Records supplied START

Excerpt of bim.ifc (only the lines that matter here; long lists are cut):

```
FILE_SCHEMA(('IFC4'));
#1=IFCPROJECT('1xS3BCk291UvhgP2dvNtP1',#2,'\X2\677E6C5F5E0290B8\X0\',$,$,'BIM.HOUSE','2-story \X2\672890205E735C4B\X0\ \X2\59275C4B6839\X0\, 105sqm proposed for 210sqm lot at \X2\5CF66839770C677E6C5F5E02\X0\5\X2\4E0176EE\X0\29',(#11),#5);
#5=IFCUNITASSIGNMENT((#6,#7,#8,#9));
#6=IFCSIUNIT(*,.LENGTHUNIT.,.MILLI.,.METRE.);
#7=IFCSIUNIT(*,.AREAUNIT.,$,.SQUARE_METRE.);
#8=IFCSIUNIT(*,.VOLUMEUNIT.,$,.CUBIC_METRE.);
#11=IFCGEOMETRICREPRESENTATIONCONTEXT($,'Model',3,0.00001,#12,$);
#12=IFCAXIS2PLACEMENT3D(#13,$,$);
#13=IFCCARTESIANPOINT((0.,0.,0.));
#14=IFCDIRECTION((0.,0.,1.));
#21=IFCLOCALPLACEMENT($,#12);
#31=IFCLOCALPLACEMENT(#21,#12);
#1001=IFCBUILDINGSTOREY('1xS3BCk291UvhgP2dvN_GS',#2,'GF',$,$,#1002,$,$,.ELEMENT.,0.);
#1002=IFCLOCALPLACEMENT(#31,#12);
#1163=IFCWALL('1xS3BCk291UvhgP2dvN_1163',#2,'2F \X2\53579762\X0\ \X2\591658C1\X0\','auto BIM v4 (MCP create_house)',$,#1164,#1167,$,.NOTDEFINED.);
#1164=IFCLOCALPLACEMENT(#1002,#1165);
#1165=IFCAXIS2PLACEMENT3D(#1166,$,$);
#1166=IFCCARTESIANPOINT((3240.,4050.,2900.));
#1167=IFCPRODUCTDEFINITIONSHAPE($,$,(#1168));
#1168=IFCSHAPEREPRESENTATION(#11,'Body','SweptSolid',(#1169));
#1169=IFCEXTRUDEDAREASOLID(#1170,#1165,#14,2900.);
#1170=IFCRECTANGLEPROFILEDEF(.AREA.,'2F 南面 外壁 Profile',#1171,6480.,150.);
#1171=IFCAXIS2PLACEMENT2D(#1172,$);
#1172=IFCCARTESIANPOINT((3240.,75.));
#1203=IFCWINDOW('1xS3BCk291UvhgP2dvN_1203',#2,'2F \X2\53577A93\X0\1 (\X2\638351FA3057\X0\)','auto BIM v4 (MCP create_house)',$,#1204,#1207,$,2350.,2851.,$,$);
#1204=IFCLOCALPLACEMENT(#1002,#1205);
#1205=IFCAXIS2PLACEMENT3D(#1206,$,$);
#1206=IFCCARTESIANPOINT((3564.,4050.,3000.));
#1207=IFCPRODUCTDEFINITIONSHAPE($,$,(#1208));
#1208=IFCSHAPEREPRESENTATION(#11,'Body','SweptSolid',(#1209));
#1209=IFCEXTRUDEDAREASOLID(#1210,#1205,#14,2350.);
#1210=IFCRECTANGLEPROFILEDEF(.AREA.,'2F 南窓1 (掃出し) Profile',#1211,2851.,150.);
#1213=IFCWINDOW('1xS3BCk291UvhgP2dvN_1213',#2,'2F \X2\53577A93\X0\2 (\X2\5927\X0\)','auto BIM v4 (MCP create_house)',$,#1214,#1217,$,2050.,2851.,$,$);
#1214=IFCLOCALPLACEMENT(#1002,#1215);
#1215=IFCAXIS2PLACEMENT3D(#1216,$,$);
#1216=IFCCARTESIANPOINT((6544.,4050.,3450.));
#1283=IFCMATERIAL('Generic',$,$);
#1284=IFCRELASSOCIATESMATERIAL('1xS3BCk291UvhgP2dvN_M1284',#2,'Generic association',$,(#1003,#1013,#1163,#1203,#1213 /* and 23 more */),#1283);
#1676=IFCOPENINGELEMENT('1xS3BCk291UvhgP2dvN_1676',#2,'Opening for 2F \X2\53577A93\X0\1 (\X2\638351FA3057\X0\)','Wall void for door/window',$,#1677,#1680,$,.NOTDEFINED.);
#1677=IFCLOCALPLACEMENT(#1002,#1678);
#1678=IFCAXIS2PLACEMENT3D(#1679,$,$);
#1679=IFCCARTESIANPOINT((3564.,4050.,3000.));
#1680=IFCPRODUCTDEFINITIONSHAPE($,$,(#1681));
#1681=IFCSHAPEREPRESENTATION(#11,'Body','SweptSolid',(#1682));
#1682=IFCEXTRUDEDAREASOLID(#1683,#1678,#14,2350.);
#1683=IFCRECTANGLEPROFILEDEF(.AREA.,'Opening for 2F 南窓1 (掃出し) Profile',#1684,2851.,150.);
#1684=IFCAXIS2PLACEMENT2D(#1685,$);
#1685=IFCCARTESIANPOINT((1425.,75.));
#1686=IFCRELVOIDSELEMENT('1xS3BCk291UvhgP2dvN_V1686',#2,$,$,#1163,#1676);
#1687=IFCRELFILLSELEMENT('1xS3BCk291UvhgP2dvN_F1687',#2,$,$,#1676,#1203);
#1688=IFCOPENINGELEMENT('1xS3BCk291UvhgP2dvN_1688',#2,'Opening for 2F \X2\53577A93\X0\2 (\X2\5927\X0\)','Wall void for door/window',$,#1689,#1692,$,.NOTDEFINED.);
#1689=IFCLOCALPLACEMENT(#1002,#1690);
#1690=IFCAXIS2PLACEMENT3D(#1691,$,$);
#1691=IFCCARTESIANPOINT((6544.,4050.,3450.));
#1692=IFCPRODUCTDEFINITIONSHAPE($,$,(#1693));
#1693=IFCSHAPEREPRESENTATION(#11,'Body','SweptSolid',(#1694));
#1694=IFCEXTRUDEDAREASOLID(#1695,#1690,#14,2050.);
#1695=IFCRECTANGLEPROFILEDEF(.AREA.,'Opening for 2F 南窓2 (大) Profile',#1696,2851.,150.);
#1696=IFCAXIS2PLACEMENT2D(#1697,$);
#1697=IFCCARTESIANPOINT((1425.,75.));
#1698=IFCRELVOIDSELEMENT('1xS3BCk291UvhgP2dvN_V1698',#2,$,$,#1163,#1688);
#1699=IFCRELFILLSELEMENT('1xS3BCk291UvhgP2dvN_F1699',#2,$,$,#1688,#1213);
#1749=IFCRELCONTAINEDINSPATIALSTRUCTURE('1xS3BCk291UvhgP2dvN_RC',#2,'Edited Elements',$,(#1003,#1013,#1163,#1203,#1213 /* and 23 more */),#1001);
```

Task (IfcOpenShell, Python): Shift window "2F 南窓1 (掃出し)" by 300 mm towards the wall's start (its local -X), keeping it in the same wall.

```python
import ifcopenshell
import ifcopenshell.api.geometry
import ifcopenshell.util.placement
import ifcopenshell.util.unit

model = ifcopenshell.open("bim.ifc")
unit_scale = ifcopenshell.util.unit.calculate_unit_scale(model)

window = model.by_id(1203)
opening = window.FillsVoids[0].RelatingOpeningElement
wall = opening.VoidsElements[0].RelatingBuildingElement

wall_matrix = ifcopenshell.util.placement.get_local_placement(wall.ObjectPlacement)
shift = wall_matrix[:3, 0] * -0.3 / unit_scale
before = ifcopenshell.util.placement.get_local_placement(window.ObjectPlacement)[:3, 3].copy()

# The window is not placed relative to its opening, so move both.
for product in (opening, window):
    matrix = ifcopenshell.util.placement.get_local_placement(product.ObjectPlacement)
    matrix[:3, 3] += shift
    ifcopenshell.api.geometry.edit_object_placement(model, product=product, matrix=matrix, is_si=False)

after = ifcopenshell.util.placement.get_local_placement(window.ObjectPlacement)[:3, 3]
print("window moved by", (after - before).round(3) + 0.0)

model.write("bim_updated.ifc")
```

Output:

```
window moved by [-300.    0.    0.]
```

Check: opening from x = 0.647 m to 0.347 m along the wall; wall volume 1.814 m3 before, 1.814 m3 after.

Records supplied END

- [Task description]
Your answer must consist of every line from the listing that holds the string "IFCSIUNIT".

- [Written response]
#6=IFCSIUNIT(*,.LENGTHUNIT.,.MILLI.,.METRE.);
#7=IFCSIUNIT(*,.AREAUNIT.,$,.SQUARE_METRE.);
#8=IFCSIUNIT(*,.VOLUMEUNIT.,$,.CUBIC_METRE.);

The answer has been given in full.